CapStar Bank
- Founded: July 14, 2008; 17 years ago
- Founder: Dennis C. Bottorff; Claire W. Tucker;
- Headquarters: Suite 700, 1201 Demonbreun Street, Nashville, Tennessee, United States
- Key people: Dennis C. Bottorff; (Chairman); Timothy K. Schools; (CEO and President);
- Total assets: US$3 billion (2021)
- Owner: Old National Bancorp; (2024–present);
- Website: capstarbank.com

= CapStar Bank =

Bank based in Tennessee, United States

CapStar Bank is a bank based in Nashville, Tennessee, United States. Founded in 2008, it offers a full range of commercial and consumer financial products and services.

The bank has branches in Athens, Brentwood, Cleveland, Collinwood, Etowah, Hendersonville, Gallatin, Knoxville, Lawrenceburg, Madisonville, Manchester, Murfreesboro, Nashville, Sweeetwater, Waynesboro and Woodbury.

==History==
CapStar Bank was co-founded by Dennis C. Bottorff and Claire W. Tucker on July 14, 2008, with U.S. $88 million. It had grown upwards of U.S. $3 billion in assets by 2021.

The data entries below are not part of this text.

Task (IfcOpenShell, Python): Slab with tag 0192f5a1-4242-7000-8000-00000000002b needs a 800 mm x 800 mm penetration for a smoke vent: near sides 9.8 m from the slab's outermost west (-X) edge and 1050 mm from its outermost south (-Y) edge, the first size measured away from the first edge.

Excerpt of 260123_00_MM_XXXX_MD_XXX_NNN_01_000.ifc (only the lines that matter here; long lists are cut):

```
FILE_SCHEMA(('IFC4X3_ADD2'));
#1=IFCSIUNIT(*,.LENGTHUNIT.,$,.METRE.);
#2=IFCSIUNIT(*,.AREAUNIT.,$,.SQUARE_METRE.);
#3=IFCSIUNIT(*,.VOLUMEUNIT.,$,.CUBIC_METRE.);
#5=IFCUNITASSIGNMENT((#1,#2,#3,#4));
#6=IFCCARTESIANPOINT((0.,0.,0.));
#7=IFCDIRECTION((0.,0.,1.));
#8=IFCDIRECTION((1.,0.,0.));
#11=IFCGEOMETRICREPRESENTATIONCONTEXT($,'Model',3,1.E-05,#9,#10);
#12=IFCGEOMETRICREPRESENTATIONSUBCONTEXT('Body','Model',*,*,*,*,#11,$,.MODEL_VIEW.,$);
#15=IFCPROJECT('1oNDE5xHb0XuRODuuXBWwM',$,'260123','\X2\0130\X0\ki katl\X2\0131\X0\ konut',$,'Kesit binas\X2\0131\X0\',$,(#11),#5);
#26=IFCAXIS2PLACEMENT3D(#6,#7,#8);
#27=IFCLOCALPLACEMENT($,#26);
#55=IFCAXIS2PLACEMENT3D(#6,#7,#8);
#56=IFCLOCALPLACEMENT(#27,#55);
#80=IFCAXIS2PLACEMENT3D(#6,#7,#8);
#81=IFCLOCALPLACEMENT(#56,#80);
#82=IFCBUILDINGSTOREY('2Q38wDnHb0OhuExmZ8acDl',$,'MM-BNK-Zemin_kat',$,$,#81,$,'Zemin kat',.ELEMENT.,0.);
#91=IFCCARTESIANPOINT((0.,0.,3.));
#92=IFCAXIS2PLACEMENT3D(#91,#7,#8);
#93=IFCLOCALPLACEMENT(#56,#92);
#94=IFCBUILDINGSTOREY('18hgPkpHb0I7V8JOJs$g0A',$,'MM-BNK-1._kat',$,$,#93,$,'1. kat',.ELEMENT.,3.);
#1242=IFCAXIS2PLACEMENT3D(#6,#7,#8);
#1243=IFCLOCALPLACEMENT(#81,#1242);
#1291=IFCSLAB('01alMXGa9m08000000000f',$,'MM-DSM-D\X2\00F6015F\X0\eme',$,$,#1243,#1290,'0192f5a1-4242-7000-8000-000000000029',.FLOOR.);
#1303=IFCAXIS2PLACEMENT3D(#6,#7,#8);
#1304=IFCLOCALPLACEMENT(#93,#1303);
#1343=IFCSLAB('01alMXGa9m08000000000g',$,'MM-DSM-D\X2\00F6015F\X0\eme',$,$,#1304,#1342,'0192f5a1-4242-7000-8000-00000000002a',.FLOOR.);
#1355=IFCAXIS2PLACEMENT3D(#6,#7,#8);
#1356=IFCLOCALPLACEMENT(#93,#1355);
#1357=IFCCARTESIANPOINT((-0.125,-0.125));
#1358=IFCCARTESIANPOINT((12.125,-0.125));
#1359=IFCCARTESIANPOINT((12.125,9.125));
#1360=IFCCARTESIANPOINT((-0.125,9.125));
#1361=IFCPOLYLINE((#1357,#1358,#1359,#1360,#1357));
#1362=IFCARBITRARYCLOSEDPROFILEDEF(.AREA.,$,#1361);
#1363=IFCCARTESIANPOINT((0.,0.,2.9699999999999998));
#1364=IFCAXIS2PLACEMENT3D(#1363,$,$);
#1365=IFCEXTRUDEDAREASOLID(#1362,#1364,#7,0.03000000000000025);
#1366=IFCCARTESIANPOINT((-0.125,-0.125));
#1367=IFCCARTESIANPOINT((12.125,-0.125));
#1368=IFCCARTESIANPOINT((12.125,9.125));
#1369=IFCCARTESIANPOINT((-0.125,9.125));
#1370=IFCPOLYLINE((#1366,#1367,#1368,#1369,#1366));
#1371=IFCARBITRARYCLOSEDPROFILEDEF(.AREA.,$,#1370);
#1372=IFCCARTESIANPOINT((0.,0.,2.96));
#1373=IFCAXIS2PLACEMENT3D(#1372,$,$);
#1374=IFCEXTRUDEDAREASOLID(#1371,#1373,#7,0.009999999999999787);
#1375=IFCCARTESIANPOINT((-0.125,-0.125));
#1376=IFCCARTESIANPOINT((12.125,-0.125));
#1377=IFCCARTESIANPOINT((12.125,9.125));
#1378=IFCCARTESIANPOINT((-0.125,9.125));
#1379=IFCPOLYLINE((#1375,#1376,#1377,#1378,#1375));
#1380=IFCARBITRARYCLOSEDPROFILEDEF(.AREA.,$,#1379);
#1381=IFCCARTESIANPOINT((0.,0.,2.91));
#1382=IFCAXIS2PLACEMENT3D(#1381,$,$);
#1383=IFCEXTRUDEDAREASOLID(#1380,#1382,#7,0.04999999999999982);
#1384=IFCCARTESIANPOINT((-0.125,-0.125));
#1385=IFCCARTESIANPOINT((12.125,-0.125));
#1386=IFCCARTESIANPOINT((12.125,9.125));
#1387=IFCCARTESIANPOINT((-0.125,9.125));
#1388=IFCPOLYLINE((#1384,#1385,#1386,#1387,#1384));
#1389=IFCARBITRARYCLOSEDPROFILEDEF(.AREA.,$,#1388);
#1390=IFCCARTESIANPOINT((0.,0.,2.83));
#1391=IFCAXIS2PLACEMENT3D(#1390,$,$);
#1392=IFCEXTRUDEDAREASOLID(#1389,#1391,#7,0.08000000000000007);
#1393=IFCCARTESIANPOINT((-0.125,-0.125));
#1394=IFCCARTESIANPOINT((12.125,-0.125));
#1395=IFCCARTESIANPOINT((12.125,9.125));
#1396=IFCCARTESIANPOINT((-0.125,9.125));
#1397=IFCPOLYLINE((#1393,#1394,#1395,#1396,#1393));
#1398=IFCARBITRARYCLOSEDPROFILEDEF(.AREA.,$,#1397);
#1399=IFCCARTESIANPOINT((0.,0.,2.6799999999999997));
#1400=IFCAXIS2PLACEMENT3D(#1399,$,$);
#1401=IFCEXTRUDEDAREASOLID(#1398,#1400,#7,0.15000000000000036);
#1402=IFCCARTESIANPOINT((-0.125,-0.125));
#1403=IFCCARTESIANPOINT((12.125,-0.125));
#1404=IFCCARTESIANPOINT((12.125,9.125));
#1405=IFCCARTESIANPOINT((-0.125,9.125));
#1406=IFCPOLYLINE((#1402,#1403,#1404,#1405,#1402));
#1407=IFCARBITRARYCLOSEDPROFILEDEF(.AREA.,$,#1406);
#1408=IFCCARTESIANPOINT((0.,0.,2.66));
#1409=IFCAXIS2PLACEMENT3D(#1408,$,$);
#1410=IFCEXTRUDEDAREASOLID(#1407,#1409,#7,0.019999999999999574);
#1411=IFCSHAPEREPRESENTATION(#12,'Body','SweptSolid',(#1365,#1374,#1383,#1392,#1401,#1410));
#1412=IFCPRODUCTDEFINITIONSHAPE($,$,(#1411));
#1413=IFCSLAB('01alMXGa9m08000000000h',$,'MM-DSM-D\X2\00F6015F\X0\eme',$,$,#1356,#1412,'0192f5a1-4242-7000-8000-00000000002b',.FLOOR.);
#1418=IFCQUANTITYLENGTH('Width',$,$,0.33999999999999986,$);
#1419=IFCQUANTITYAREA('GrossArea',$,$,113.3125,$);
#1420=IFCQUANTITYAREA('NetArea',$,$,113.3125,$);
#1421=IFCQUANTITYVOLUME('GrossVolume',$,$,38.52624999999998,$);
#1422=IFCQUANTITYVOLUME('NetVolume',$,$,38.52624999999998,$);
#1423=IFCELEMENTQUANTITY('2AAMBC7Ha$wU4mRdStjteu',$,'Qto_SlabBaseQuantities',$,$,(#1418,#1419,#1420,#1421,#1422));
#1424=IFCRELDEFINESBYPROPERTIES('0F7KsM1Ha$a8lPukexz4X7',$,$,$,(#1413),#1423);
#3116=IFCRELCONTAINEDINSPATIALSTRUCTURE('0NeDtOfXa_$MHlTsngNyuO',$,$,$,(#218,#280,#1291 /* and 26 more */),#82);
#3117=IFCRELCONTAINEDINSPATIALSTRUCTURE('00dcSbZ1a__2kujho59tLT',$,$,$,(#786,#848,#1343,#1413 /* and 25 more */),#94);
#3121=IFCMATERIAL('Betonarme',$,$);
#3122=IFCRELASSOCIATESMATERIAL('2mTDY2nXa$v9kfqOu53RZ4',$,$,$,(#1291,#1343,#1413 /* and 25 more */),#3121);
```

```python
import numpy as np
import ifcopenshell
import ifcopenshell.api.feature
import ifcopenshell.api.geometry
import ifcopenshell.api.pset
import ifcopenshell.api.root
import ifcopenshell.geom
import ifcopenshell.util.element
import ifcopenshell.util.placement
import ifcopenshell.util.representation
import ifcopenshell.util.shape
import ifcopenshell.util.unit

model = ifcopenshell.open("260123_00_MM_XXXX_MD_XXX_NNN_01_000.ifc")
unit_scale = ifcopenshell.util.unit.calculate_unit_scale(model)
area_scale = ifcopenshell.util.unit.calculate_unit_scale(model, "AREAUNIT")
volume_scale = ifcopenshell.util.unit.calculate_unit_scale(model, "VOLUMEUNIT")
settings = ifcopenshell.geom.settings()


def volume(element):
    """Net volume in cubic metres, openings subtracted."""
    shape = ifcopenshell.geom.create_shape(settings, element)
    return ifcopenshell.util.shape.get_volume(shape.geometry)


slab = model.by_guid("01alMXGa9m08000000000h")
before = volume(slab)

# Extent in the slab's own axes, in metres. The edges named are its -X and -Y sides.
slab_shape = ifcopenshell.geom.create_shape(settings, slab)
vertices = ifcopenshell.util.shape.get_vertices(slab_shape.geometry)
x_min, y_min, bottom = vertices.min(axis=0)
top = vertices[:, 2].max()

opening = ifcopenshell.api.root.create_entity(model, ifc_class="IfcOpeningElement", name="Smoke vent opening", predefined_type="OPENING")
context = ifcopenshell.util.representation.get_context(model, "Model", "Body", "MODEL_VIEW")
width, depth = 0.8, 0.8
outline = [(0.0, 0.0), (width, 0.0), (width, depth), (0.0, depth), (0.0, 0.0)]
# Overshoot both faces by 50 mm so the cut is clean.
shape = ifcopenshell.api.geometry.add_slab_representation(
    model, context=context, depth=top - bottom + 0.1, polyline=outline
)
ifcopenshell.api.geometry.assign_representation(model, product=opening, representation=shape)

matrix = ifcopenshell.util.placement.get_local_placement(slab.ObjectPlacement)
matrix[:, 3] = matrix @ np.append(np.array([x_min + 9.8, y_min + 1.05, bottom - 0.05]) / unit_scale, 1.0)
ifcopenshell.api.geometry.edit_object_placement(model, product=opening, matrix=matrix, is_si=False)
ifcopenshell.api.feature.add_feature(model, feature=opening, element=slab)

after = volume(slab)

# Update the slab's stored quantities.
qto = model.by_id(ifcopenshell.util.element.get_pset(slab, "Qto_SlabBaseQuantities", should_inherit=False)["id"])
ifcopenshell.api.pset.edit_qto(model, qto=qto, properties={
    "NetArea": after / (top - bottom) / area_scale,
    "NetVolume": after / volume_scale,
})

print(f"slab volume {before:.3f} -> {after:.3f} m3")

model.write("260123_00_MM_XXXX_MD_XXX_NNN_01_000-out.ifc")
```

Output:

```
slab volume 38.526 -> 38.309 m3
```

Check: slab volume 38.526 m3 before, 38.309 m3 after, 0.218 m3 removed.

In 2018, four years after its parent CapStar Financial Holdings (CSFH) formed Farmington Mortgage as its home mortgage subsidiary, the bank acquired Athens Bancshares Corp. (Athens Federal Community Bank), adding eight East Tennessee financial centers. In 2020, it purchased FBC Corporation, including the First National Bank of Manchester and the Bank of Waynesboro.

In April 2024, it was announced that CSFH had completed the merger of its operations with those of Old National Bancorp. With this transaction, CapStar Bank will become a division of Old National.